* _INSTRUCTIONS TO FOLLOW_
Filter these entries so that only lines with the word "class" remain.

* _DATA FOR PROCESSING_

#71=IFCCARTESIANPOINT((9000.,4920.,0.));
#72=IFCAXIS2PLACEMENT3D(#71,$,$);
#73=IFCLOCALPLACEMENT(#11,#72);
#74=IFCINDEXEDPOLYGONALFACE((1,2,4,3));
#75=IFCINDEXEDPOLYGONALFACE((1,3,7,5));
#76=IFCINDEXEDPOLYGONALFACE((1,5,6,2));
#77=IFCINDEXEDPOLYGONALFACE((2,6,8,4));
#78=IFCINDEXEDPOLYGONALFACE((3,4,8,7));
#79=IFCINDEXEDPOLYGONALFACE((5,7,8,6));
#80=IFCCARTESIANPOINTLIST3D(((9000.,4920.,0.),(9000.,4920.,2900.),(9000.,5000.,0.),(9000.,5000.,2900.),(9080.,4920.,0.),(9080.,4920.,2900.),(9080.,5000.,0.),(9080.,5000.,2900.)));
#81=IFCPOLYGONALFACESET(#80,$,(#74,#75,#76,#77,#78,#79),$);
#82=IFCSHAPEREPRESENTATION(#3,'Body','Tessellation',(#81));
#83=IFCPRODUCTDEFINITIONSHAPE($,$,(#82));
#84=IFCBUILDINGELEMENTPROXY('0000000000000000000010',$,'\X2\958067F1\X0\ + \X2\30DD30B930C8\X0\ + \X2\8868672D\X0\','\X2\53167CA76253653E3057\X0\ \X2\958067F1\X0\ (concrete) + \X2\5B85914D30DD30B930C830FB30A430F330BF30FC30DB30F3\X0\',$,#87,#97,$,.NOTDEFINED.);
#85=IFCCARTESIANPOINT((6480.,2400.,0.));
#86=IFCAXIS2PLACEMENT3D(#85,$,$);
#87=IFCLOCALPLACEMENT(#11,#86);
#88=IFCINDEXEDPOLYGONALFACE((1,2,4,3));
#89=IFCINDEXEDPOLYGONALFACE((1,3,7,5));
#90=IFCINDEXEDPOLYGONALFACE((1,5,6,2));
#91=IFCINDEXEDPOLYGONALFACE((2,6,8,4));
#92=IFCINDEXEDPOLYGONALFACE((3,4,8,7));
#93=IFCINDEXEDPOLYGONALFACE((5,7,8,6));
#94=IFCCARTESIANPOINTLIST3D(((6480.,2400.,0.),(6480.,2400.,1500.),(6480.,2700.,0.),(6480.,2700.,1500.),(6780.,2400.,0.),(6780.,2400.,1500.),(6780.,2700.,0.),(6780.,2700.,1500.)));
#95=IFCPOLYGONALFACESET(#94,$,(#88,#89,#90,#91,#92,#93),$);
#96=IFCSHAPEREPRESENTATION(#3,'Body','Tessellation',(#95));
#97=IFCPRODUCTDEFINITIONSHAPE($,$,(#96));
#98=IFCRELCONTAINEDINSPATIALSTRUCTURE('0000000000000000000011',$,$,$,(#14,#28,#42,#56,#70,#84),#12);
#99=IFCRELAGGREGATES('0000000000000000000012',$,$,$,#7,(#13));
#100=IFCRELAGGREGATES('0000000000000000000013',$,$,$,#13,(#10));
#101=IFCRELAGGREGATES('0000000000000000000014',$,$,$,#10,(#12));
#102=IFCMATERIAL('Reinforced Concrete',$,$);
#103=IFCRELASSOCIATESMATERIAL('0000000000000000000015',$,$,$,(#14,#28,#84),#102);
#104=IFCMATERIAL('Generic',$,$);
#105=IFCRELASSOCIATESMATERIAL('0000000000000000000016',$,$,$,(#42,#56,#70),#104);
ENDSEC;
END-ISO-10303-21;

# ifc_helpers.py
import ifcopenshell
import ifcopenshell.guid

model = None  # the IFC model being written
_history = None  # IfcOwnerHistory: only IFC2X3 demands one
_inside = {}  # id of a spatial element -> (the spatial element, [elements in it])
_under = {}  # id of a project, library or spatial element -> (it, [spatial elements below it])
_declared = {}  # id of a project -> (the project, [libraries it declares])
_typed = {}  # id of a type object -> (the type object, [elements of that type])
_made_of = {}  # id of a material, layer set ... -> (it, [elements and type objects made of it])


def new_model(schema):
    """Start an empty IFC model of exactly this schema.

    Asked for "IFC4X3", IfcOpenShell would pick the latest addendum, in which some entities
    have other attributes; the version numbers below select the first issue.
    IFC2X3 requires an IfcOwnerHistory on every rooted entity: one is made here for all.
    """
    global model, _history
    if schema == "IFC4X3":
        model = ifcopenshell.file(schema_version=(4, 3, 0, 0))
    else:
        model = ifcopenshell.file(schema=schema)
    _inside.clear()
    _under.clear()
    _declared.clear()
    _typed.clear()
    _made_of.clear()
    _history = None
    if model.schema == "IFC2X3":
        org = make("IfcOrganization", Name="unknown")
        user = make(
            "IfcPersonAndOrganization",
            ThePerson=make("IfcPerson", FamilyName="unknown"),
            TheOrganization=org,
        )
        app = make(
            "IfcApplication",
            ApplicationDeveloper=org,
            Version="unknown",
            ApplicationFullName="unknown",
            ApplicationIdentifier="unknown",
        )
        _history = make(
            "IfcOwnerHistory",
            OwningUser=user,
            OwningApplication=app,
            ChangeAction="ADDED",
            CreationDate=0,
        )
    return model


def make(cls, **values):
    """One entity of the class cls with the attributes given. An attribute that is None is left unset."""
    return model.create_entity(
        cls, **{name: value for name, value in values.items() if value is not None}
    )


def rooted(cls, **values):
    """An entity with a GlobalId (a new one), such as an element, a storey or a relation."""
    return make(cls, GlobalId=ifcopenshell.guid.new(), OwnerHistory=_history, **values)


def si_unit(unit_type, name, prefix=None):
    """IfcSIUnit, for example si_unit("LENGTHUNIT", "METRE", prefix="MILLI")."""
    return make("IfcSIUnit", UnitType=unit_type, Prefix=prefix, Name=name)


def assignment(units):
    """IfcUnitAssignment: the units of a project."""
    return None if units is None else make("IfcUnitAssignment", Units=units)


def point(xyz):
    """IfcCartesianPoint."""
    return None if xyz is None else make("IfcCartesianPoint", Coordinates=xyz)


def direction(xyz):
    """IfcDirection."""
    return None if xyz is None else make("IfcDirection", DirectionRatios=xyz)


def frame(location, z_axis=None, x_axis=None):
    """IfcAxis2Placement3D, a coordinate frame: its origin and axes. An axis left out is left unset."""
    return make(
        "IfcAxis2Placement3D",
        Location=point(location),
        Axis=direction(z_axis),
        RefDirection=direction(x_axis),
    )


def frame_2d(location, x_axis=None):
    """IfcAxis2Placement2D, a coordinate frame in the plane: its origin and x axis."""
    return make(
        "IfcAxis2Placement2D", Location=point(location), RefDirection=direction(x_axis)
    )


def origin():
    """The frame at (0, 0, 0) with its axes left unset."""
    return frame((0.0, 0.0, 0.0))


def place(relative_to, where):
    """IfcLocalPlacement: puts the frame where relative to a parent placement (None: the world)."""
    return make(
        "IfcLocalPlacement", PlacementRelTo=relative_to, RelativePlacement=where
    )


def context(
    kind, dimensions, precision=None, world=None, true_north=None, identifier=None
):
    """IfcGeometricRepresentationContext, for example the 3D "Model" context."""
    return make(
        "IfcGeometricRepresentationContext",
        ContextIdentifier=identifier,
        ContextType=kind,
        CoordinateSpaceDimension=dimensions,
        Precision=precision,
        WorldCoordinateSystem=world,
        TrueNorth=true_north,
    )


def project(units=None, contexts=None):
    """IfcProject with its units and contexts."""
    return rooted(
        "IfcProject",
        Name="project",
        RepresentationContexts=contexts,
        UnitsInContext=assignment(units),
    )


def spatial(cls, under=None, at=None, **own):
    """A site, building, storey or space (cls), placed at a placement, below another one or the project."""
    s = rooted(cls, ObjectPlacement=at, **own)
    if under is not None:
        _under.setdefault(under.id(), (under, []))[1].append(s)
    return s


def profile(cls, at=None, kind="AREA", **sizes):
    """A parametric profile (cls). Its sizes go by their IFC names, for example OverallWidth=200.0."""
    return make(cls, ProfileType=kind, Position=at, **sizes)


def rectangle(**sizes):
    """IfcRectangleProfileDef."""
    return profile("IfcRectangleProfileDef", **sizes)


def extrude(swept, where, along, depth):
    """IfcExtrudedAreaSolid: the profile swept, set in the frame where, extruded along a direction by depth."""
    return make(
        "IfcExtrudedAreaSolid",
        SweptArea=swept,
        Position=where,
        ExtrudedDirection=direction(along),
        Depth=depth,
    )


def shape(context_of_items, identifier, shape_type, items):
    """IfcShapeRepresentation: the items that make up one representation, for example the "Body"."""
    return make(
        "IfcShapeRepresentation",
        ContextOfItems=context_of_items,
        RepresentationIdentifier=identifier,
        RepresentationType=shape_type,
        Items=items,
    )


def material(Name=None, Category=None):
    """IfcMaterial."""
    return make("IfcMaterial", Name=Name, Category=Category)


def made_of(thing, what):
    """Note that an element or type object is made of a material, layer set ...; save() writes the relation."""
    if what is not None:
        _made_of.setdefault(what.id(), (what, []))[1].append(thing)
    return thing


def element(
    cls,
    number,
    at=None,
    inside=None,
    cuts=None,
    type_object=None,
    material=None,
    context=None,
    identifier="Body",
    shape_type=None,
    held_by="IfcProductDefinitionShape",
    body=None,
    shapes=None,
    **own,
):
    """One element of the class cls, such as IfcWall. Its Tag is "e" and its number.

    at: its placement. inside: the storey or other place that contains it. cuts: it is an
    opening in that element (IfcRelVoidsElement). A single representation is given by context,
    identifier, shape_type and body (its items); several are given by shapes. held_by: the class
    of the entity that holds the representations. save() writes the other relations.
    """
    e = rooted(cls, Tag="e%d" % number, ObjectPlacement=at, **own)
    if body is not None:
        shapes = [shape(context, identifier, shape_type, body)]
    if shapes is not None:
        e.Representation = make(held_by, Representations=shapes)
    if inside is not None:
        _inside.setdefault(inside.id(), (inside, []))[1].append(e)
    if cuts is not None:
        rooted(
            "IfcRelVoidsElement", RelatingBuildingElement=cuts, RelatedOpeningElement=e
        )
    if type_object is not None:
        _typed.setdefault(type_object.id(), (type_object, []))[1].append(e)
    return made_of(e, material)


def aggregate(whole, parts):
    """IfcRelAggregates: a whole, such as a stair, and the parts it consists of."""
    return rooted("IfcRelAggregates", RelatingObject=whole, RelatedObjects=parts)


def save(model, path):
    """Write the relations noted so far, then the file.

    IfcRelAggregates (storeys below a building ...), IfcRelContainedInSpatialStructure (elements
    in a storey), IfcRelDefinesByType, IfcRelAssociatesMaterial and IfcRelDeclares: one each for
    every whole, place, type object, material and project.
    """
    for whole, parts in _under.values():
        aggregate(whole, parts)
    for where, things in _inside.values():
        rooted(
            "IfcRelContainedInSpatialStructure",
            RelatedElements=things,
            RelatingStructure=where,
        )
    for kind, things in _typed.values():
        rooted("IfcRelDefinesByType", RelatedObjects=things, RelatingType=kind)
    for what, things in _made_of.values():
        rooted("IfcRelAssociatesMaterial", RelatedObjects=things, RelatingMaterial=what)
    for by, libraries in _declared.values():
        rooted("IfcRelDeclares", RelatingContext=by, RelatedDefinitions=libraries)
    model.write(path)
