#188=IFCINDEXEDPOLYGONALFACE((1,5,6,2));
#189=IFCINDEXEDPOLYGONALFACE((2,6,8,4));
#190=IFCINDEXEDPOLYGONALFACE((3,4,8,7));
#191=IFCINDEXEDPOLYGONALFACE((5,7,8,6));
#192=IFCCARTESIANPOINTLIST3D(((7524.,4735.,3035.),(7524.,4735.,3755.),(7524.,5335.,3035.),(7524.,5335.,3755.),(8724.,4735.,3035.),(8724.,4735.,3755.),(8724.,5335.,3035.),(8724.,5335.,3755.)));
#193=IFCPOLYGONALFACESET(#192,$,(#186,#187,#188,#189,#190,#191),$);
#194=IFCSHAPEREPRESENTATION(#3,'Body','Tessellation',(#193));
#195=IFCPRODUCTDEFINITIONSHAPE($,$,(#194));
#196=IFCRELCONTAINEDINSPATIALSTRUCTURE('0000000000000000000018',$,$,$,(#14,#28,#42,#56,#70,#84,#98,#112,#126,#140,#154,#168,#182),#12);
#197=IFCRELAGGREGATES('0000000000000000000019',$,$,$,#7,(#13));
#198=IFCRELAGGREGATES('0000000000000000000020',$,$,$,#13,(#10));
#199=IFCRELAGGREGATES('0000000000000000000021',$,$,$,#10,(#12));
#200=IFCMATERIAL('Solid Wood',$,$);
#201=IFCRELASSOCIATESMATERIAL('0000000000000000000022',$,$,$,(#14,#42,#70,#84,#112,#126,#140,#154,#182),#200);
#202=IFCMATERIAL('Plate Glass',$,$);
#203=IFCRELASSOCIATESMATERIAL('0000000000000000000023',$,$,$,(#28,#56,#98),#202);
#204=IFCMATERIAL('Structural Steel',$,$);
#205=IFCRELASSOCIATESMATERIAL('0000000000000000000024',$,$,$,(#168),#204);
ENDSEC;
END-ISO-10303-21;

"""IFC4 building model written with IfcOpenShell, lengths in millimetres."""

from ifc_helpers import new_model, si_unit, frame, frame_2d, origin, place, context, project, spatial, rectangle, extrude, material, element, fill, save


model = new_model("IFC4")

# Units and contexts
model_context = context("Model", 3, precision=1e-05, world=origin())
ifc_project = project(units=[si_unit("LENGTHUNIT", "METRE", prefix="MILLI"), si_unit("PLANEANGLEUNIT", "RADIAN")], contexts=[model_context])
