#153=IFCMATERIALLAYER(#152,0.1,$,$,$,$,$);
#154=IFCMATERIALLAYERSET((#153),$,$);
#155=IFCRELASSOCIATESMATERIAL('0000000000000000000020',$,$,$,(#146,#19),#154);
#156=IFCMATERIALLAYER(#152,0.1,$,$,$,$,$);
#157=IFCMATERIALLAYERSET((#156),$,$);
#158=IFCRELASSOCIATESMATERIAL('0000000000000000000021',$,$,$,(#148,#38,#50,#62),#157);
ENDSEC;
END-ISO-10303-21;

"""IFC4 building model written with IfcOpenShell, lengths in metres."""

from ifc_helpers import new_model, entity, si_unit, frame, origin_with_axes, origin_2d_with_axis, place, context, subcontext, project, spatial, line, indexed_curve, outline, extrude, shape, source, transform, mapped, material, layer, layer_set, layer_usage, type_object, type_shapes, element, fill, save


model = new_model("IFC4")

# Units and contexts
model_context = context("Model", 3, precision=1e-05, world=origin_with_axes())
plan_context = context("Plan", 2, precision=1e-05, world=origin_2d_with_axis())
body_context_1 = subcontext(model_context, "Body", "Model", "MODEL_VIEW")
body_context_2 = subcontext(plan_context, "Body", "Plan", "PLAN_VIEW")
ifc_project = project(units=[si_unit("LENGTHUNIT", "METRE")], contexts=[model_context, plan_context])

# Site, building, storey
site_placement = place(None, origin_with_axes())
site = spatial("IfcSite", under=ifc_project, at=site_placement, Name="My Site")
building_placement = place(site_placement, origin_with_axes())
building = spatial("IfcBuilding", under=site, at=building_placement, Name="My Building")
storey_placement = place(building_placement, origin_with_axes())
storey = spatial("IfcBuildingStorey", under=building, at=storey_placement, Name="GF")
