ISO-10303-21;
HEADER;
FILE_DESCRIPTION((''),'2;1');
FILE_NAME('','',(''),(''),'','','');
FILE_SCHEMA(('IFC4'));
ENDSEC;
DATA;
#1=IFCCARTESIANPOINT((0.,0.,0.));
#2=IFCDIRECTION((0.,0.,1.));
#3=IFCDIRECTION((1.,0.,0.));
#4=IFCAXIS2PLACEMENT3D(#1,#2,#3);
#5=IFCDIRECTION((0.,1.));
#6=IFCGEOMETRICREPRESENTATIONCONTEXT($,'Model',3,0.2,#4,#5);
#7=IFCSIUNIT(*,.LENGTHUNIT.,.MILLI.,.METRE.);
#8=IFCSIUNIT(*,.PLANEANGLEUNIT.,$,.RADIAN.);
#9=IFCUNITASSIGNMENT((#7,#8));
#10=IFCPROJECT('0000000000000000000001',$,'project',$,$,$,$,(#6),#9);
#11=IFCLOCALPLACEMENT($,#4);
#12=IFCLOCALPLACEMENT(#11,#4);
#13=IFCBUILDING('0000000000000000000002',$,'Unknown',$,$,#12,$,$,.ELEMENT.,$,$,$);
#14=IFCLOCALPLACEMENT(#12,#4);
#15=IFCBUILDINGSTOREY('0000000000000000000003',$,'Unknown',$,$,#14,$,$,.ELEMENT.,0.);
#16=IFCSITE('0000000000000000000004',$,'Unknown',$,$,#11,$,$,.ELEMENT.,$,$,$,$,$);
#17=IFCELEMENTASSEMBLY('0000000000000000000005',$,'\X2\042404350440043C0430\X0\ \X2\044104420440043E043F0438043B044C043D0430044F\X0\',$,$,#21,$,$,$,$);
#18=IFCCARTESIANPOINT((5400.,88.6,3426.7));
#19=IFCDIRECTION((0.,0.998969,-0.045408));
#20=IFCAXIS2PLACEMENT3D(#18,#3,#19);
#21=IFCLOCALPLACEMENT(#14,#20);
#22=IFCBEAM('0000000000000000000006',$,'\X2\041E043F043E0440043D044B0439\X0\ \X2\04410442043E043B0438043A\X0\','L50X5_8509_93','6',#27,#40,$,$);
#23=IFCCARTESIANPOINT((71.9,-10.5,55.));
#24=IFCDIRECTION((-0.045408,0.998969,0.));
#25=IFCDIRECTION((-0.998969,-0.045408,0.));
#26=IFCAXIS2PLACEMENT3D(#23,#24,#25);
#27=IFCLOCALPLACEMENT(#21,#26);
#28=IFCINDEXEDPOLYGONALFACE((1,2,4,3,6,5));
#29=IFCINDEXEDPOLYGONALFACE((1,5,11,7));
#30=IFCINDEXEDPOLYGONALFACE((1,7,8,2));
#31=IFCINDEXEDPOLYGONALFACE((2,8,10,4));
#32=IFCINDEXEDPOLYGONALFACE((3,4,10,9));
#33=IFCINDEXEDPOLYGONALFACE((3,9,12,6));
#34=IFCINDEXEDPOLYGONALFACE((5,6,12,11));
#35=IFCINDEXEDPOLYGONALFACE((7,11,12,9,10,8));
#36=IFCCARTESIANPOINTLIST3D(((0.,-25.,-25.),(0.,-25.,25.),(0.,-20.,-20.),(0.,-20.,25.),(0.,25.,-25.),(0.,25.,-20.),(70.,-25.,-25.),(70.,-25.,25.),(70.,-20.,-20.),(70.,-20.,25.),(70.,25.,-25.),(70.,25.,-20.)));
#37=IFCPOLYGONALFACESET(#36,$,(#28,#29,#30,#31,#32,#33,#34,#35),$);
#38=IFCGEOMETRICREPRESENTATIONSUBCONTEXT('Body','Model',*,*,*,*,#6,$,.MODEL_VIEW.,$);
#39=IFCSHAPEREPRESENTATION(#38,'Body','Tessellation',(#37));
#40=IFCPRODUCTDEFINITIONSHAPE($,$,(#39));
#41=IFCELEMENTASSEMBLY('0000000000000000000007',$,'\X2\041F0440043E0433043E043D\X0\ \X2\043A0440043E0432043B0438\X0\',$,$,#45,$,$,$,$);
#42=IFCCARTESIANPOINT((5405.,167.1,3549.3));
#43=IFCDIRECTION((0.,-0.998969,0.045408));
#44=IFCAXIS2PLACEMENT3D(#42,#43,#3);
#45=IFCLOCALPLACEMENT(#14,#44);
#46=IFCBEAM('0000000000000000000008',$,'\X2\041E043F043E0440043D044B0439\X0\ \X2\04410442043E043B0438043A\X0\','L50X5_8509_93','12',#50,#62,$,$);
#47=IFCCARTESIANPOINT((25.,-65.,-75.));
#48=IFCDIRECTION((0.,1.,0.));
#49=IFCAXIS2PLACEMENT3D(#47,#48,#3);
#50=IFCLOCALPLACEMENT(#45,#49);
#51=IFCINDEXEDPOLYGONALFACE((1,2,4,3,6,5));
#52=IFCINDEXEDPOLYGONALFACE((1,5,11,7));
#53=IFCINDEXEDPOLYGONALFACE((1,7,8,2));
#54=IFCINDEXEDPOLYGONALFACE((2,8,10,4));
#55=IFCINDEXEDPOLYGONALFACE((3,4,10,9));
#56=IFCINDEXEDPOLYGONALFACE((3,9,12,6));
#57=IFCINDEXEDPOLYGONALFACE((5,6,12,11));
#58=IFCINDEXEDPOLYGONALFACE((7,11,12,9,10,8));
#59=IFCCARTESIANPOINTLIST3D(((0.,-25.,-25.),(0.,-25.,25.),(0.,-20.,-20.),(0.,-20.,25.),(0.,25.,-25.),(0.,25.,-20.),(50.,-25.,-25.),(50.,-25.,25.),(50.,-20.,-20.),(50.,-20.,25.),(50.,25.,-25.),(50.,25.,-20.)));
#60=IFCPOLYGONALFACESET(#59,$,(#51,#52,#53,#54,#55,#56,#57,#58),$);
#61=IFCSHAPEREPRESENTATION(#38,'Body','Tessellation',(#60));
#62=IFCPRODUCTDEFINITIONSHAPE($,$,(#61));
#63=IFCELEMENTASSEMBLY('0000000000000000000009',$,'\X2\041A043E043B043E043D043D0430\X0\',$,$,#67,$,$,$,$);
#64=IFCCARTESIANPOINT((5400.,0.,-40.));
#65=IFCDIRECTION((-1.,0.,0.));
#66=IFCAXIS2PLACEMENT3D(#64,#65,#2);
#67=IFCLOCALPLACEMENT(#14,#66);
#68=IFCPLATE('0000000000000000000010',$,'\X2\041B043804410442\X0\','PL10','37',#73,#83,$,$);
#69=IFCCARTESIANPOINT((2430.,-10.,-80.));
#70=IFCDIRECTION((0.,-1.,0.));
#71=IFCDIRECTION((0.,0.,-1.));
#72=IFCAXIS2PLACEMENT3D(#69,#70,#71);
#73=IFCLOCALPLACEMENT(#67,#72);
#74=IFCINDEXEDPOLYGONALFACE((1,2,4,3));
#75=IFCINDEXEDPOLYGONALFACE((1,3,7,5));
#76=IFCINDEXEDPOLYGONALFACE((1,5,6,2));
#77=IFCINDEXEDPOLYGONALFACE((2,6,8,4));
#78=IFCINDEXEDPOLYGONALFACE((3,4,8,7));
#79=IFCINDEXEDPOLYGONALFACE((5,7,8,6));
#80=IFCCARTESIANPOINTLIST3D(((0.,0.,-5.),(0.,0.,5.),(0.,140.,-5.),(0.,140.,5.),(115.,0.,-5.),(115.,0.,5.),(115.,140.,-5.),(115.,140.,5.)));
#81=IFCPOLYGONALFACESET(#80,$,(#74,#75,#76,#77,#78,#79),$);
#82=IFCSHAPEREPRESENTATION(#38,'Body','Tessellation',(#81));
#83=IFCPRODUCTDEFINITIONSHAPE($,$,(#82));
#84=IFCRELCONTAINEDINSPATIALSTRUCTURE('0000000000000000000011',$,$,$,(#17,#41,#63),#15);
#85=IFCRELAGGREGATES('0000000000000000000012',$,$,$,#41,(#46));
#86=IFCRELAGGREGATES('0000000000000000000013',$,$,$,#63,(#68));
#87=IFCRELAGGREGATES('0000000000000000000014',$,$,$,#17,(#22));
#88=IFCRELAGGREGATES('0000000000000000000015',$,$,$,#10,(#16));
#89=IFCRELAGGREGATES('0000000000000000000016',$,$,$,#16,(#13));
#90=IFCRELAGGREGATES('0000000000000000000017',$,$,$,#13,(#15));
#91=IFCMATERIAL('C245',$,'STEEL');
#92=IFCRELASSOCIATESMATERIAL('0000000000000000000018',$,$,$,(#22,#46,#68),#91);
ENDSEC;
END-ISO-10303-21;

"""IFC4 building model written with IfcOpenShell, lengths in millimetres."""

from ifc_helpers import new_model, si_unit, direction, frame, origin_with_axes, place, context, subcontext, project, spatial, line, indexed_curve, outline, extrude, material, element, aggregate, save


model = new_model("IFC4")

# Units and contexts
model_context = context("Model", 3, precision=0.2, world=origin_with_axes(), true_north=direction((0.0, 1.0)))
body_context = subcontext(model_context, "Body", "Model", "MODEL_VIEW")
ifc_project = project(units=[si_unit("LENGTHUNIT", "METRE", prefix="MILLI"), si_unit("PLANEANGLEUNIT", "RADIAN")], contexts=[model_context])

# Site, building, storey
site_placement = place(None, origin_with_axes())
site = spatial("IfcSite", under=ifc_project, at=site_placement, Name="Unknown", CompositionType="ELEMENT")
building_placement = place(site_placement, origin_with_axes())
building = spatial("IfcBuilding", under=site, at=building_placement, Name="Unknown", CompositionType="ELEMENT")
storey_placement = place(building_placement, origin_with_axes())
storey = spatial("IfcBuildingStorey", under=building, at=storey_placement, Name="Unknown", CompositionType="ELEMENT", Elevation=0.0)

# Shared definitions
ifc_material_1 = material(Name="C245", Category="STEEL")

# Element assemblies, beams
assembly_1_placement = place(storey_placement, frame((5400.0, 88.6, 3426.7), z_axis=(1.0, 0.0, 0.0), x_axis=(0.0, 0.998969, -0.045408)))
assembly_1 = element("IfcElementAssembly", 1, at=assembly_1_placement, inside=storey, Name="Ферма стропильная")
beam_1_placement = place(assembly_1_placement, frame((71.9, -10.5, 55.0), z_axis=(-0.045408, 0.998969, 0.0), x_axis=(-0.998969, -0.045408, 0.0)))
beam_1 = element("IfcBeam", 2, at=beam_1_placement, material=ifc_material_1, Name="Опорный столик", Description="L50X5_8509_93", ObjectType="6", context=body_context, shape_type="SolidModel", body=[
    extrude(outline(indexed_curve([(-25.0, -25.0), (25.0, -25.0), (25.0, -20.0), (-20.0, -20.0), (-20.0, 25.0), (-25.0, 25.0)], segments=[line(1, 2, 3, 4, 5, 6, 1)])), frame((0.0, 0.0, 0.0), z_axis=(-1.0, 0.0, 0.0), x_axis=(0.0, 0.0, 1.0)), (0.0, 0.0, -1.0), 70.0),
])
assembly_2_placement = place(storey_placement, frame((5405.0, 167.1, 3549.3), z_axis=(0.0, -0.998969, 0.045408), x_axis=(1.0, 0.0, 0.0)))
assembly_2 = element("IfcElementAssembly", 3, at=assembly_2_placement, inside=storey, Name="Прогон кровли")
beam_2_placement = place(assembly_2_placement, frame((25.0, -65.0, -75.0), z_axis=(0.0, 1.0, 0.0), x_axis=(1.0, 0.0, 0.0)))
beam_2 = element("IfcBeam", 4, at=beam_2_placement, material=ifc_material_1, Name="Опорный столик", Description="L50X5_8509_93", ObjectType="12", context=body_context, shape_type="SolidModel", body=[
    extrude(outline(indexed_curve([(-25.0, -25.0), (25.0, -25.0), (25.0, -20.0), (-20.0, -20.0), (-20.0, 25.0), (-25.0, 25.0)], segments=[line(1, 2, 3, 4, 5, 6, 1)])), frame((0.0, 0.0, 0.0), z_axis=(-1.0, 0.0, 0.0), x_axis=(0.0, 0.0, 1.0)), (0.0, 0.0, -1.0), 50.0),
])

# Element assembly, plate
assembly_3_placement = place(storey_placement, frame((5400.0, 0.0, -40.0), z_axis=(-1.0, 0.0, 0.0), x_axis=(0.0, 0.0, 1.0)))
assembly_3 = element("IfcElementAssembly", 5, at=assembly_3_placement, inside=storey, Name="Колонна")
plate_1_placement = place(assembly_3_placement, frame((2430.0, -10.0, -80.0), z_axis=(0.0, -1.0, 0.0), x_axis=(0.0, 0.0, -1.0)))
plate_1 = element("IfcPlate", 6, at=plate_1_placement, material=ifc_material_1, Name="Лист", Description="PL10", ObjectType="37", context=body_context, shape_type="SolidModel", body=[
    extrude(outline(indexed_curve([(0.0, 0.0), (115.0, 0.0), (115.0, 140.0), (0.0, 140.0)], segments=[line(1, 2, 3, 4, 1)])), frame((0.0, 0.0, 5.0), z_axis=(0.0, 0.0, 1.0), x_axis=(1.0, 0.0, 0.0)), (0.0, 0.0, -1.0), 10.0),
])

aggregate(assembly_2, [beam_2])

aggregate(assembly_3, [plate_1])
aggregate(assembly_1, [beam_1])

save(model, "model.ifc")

* _RESULT OF THIS TASK_
    """One entity of the class cls with the attributes given. An attribute that is None is left unset."""
    """One element of the class cls, such as IfcWall. Its Tag is "e" and its number.
    identifier, shape_type and body (its items); several are given by shapes. held_by: the class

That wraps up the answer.